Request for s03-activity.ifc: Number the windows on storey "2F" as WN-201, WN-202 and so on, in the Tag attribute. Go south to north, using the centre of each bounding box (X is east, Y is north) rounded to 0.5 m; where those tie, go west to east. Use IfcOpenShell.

First a look at what the model holds.

```python
import ifcopenshell
import ifcopenshell.util.element
import ifcopenshell.util.placement

model = ifcopenshell.open("s03-activity.ifc")
print(model.schema)
storey = next(s for s in model.by_type("IfcBuildingStorey") if s.Name == "2F")
windows = [e for e in ifcopenshell.util.element.get_decomposition(storey) if e.is_a("IfcWindow")]
for e in sorted(windows, key=lambda e: e.id()):
    origin = ifcopenshell.util.placement.get_local_placement(e.ObjectPlacement)[:3, 3]
    print(e.id(), e.Tag, e.Name, origin.round(2) + 0.0, sep=" | ")
```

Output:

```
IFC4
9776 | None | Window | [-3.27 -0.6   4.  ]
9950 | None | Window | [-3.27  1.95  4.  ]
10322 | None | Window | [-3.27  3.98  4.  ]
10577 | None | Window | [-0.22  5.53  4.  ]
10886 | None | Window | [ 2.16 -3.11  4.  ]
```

```python
import ifcopenshell
import ifcopenshell.geom
import ifcopenshell.util.element
import ifcopenshell.util.shape

model = ifcopenshell.open("s03-activity.ifc")
settings = ifcopenshell.geom.settings()
settings.set("use-world-coords", True)


def centre(element):
    shape = ifcopenshell.geom.create_shape(settings, element)
    return ifcopenshell.util.shape.get_bbox_centroid(shape.geometry)


storey = next(s for s in model.by_type("IfcBuildingStorey") if s.Name == "2F")
windows = [e for e in ifcopenshell.util.element.get_decomposition(storey) if e.is_a("IfcWindow")]

# Insertion points can sit at a corner or the storey origin, so sort by the geometry (in metres).
centres = {e: centre(e) for e in windows}
windows.sort(key=lambda e: (round(centres[e][1] / 0.5), centres[e][0]))

for i, e in enumerate(windows, start=1):
    number = f"WN-2{i:02d}"
    e.Tag = number
    print(e.id(), number)

model.write("s03-activity_edited.ifc")
```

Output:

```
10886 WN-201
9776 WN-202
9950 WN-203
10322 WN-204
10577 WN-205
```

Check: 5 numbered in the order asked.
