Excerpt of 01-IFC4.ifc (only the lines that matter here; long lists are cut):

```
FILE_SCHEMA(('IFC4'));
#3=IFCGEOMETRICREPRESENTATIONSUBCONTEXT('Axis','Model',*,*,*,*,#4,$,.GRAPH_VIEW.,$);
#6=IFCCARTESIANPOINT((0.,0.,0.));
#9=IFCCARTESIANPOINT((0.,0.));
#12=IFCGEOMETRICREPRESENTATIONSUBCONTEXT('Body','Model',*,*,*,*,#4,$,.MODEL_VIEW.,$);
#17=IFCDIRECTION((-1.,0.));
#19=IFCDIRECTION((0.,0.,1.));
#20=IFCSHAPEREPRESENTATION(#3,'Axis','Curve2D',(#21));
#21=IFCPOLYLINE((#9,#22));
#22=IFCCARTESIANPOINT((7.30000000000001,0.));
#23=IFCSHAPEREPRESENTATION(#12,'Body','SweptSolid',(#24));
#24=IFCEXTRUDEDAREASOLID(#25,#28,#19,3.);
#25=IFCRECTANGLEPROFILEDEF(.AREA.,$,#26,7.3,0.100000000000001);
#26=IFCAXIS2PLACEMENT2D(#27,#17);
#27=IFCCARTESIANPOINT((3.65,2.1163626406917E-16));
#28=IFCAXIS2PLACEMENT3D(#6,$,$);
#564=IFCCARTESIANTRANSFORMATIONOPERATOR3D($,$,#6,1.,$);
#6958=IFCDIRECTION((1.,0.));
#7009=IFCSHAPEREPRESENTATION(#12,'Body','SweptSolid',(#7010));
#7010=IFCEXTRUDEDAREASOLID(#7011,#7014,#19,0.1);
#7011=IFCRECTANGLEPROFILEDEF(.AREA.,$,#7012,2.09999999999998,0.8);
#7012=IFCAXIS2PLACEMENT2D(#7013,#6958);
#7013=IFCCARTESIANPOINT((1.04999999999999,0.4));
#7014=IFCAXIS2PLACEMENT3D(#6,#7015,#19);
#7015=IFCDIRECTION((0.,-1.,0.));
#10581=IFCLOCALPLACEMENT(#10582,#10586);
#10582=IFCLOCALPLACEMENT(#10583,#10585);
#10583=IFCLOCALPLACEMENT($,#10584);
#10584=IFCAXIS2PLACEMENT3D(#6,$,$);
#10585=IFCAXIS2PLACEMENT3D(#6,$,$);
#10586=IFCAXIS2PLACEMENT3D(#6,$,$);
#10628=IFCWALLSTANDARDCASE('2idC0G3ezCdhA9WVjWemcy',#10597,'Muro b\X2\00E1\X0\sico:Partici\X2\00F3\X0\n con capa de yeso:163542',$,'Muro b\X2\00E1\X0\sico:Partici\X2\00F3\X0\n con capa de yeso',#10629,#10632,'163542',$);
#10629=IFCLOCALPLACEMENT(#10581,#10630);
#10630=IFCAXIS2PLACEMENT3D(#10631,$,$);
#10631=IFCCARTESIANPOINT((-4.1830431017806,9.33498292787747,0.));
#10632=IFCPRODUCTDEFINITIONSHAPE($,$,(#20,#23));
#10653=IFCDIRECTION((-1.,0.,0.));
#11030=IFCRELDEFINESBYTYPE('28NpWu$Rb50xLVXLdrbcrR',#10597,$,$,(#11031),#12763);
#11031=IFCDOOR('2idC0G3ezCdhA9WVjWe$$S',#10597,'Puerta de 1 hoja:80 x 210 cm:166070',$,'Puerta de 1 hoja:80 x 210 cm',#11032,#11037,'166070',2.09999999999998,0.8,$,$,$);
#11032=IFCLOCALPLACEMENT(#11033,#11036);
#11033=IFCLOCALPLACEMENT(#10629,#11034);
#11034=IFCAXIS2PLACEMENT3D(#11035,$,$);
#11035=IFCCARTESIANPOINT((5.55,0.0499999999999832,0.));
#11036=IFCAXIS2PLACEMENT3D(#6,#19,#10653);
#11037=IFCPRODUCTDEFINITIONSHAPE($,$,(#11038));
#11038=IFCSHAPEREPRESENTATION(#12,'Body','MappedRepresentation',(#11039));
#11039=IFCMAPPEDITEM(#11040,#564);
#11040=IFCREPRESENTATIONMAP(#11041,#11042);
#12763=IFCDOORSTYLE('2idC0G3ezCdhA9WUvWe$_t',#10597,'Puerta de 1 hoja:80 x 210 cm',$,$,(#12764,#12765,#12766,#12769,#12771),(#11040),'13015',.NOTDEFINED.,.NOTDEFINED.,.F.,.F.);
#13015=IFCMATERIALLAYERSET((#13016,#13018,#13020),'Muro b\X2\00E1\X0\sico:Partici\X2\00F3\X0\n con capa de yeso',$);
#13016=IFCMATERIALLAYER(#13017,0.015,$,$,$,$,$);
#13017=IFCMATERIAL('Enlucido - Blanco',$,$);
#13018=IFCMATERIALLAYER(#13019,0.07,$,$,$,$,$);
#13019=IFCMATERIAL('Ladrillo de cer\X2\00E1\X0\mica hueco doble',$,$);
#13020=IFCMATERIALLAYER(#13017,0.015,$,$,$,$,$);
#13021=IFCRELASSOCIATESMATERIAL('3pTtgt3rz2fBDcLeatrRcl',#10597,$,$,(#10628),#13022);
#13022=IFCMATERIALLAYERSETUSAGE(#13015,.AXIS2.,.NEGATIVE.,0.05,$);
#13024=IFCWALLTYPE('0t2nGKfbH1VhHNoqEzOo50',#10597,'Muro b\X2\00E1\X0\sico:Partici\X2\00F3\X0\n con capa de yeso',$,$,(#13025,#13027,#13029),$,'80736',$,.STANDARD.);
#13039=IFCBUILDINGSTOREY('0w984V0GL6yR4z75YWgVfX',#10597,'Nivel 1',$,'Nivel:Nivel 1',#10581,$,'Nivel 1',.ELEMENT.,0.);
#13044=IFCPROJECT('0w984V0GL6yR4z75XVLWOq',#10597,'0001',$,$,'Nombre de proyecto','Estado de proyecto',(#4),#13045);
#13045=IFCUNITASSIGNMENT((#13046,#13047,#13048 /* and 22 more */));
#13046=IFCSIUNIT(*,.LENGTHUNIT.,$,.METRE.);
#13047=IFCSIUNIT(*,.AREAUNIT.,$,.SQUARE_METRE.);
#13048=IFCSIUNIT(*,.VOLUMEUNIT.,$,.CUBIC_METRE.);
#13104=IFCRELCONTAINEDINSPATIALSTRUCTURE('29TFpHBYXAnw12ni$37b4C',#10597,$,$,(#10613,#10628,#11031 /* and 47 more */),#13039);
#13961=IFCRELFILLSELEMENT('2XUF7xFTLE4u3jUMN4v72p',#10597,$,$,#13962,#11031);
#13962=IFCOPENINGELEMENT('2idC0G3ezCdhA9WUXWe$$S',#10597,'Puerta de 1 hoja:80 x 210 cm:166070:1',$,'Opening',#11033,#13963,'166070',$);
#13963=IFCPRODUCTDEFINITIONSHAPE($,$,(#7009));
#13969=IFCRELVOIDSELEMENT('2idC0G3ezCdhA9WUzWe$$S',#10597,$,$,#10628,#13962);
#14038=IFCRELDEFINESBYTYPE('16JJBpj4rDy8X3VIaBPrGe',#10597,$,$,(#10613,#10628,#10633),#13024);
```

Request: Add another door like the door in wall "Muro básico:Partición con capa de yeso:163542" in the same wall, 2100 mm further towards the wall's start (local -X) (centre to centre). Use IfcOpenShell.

```python
import ifcopenshell
import ifcopenshell.api.feature
import ifcopenshell.api.geometry
import ifcopenshell.api.root
import ifcopenshell.geom
import ifcopenshell.util.element
import ifcopenshell.util.placement
import ifcopenshell.util.shape
import ifcopenshell.util.unit

model = ifcopenshell.open("01-IFC4.ifc")
unit_scale = ifcopenshell.util.unit.calculate_unit_scale(model)
settings = ifcopenshell.geom.settings()


def volume(element):
    """Net volume in cubic metres, openings subtracted."""
    shape = ifcopenshell.geom.create_shape(settings, element)
    return ifcopenshell.util.shape.get_volume(shape.geometry)


def reuse_history(source, copy):
    """copy_class also copies each property set's owner history, people and application; keep the originals."""
    for rel in copy.IsDefinedBy:
        if rel.is_a("IfcRelDefinesByProperties") and (history := rel.RelatingPropertyDefinition.OwnerHistory):
            rel.RelatingPropertyDefinition.OwnerHistory = source.OwnerHistory
            ifcopenshell.util.element.remove_deep2(model, history)


door = model.by_guid("2idC0G3ezCdhA9WVjWe$$S")
opening = door.FillsVoids[0].RelatingOpeningElement
wall = opening.VoidsElements[0].RelatingBuildingElement
before = volume(wall)
shift = ifcopenshell.util.placement.get_local_placement(wall.ObjectPlacement)[:3, 0] * -2.1 / unit_scale

# copy_class copies the void relationship, type, container and properties, but no geometry.
new_opening = ifcopenshell.api.root.copy_class(model, product=opening)
new_opening.Representation = ifcopenshell.util.element.copy_deep(
    model, opening.Representation, exclude=["IfcGeometricRepresentationContext", "IfcRepresentationMap"]
)
new_opening.Name = "Puerta de 1 hoja:80 x 210 cm"
new_opening.Tag = None
new_door = ifcopenshell.api.root.copy_class(model, product=door)
new_door.Representation = ifcopenshell.util.element.copy_deep(
    model, door.Representation, exclude=["IfcGeometricRepresentationContext", "IfcRepresentationMap"]
)
new_door.Name = "Puerta de 1 hoja:80 x 210 cm"
new_door.Tag = None
reuse_history(door, new_door)
ifcopenshell.api.feature.add_filling(model, opening=new_opening, element=new_door)

for old, new in ((opening, new_opening), (door, new_door)):
    matrix = ifcopenshell.util.placement.get_local_placement(old.ObjectPlacement)
    matrix[:3, 3] += shift
    ifcopenshell.api.geometry.edit_object_placement(model, product=new, matrix=matrix, is_si=False)

after = volume(wall)

print(f"wall volume {before:.3f} -> {after:.3f} m3")

model.write("01-IFC4_v2.ifc")
```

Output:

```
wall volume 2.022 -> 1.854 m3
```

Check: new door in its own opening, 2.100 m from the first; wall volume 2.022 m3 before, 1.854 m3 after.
------------------------------
Work order
Search the material for the string "IFCCARTESIANPOINT" and show every line that has it.

Answer to the problem
#6=IFCCARTESIANPOINT((0.,0.,0.));
#9=IFCCARTESIANPOINT((0.,0.));
#22=IFCCARTESIANPOINT((7.30000000000001,0.));
#27=IFCCARTESIANPOINT((3.65,2.1163626406917E-16));
#7013=IFCCARTESIANPOINT((1.04999999999999,0.4));
#10631=IFCCARTESIANPOINT((-4.1830431017806,9.33498292787747,0.));
#11035=IFCCARTESIANPOINT((5.55,0.0499999999999832,0.));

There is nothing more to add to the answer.